INSTRUCTIONS TO FOLLOW:
Report every line of the records below that includes the string "IFCLOCALPLACEMENT".

DATA SHOWN:
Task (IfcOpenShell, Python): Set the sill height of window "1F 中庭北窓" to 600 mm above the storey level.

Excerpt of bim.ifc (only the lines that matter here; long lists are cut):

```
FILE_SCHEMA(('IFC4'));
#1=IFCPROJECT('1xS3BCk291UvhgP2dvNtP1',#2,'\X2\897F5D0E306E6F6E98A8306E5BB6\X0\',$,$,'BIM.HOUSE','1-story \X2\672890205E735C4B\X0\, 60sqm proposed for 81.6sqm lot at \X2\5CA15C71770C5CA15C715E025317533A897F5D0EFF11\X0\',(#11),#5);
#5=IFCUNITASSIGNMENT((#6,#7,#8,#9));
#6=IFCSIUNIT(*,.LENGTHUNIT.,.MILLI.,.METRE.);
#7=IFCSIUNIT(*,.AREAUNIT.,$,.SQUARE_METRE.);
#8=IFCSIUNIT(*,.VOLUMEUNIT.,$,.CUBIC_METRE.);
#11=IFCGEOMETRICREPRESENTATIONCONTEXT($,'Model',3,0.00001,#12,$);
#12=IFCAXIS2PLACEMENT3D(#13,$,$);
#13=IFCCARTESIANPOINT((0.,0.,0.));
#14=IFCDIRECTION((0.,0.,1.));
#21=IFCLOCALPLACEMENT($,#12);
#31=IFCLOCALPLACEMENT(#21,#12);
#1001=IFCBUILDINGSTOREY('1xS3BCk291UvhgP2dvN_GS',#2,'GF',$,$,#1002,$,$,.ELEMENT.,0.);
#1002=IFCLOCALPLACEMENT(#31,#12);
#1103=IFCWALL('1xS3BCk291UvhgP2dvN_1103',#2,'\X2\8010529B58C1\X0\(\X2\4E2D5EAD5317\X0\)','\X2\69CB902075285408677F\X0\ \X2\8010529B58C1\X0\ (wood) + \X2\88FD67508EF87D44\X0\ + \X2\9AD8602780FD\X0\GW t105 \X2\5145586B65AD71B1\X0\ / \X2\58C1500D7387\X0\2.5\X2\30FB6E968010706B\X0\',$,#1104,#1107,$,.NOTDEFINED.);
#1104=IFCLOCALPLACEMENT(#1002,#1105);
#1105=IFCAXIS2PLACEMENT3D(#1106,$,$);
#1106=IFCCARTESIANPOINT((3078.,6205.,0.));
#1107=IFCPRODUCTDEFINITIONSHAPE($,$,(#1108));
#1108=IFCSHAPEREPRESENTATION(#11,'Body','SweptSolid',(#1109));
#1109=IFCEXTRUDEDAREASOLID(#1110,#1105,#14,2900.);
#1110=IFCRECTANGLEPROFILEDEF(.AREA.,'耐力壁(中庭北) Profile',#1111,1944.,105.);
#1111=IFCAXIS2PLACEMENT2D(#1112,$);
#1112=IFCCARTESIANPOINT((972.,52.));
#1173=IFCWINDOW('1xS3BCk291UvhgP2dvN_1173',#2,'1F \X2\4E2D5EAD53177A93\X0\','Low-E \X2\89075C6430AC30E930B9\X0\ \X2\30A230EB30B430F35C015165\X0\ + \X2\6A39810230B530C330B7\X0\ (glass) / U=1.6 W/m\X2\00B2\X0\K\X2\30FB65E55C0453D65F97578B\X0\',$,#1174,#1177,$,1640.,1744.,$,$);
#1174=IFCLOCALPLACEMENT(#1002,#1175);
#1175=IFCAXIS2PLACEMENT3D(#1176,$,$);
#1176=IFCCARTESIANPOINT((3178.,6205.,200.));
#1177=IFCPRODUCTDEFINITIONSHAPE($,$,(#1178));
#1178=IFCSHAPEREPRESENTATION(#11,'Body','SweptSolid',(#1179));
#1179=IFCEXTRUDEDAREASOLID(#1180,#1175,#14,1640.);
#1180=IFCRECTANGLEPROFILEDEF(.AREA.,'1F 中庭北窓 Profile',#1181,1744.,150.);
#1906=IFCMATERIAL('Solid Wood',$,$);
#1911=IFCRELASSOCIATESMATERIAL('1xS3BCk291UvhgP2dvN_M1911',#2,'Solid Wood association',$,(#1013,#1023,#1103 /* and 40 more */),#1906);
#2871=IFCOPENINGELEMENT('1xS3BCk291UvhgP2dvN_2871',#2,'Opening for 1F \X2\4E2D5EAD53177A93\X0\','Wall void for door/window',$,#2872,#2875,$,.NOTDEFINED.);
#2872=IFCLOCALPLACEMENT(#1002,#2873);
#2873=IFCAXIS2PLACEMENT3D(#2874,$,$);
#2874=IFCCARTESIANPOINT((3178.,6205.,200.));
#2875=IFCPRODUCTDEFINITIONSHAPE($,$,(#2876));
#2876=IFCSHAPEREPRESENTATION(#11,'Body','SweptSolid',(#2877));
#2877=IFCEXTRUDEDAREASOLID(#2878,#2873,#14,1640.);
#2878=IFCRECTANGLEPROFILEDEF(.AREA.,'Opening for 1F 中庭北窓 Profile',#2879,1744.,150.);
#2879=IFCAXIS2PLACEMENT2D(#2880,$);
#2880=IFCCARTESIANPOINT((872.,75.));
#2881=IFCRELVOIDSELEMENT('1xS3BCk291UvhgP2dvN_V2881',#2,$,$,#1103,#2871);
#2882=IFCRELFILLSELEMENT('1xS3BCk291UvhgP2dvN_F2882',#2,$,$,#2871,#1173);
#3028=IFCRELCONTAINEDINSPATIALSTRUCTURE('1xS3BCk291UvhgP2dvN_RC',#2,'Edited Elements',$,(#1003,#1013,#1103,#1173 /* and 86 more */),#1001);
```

```python
import numpy as np
import ifcopenshell
import ifcopenshell.api.geometry
import ifcopenshell.geom
import ifcopenshell.util.element
import ifcopenshell.util.placement
import ifcopenshell.util.shape
import ifcopenshell.util.unit

model = ifcopenshell.open("bim.ifc")
unit_scale = ifcopenshell.util.unit.calculate_unit_scale(model)

window = model.by_guid("1xS3BCk291UvhgP2dvN_1173")
opening = window.FillsVoids[0].RelatingOpeningElement
storey = ifcopenshell.util.element.get_container(window, ifc_class="IfcBuildingStorey")
level = ifcopenshell.util.placement.get_local_placement(storey.ObjectPlacement)[2, 3]

# The opening's origin need not be at the sill, so measure its lowest point.
shape = ifcopenshell.geom.create_shape(ifcopenshell.geom.settings(), opening)
bottom = ifcopenshell.util.shape.get_shape_bottom_elevation(shape, shape.geometry) / unit_scale
dz = level + 0.6 / unit_scale - bottom

shift = np.array([0.0, 0.0, dz])
# The window is not placed relative to its opening, so move both.
for product in (opening, window):
    matrix = ifcopenshell.util.placement.get_local_placement(product.ObjectPlacement)
    matrix[:3, 3] += shift
    ifcopenshell.api.geometry.edit_object_placement(model, product=product, matrix=matrix, is_si=False)

print(f"moved by {dz * unit_scale:+.3f} m")

model.write("bim_edited.ifc")
```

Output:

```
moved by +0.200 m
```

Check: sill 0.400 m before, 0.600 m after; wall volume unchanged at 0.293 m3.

REPLY:
#21=IFCLOCALPLACEMENT($,#12);
#31=IFCLOCALPLACEMENT(#21,#12);
#1002=IFCLOCALPLACEMENT(#31,#12);
#1104=IFCLOCALPLACEMENT(#1002,#1105);
#1174=IFCLOCALPLACEMENT(#1002,#1175);
#2872=IFCLOCALPLACEMENT(#1002,#2873);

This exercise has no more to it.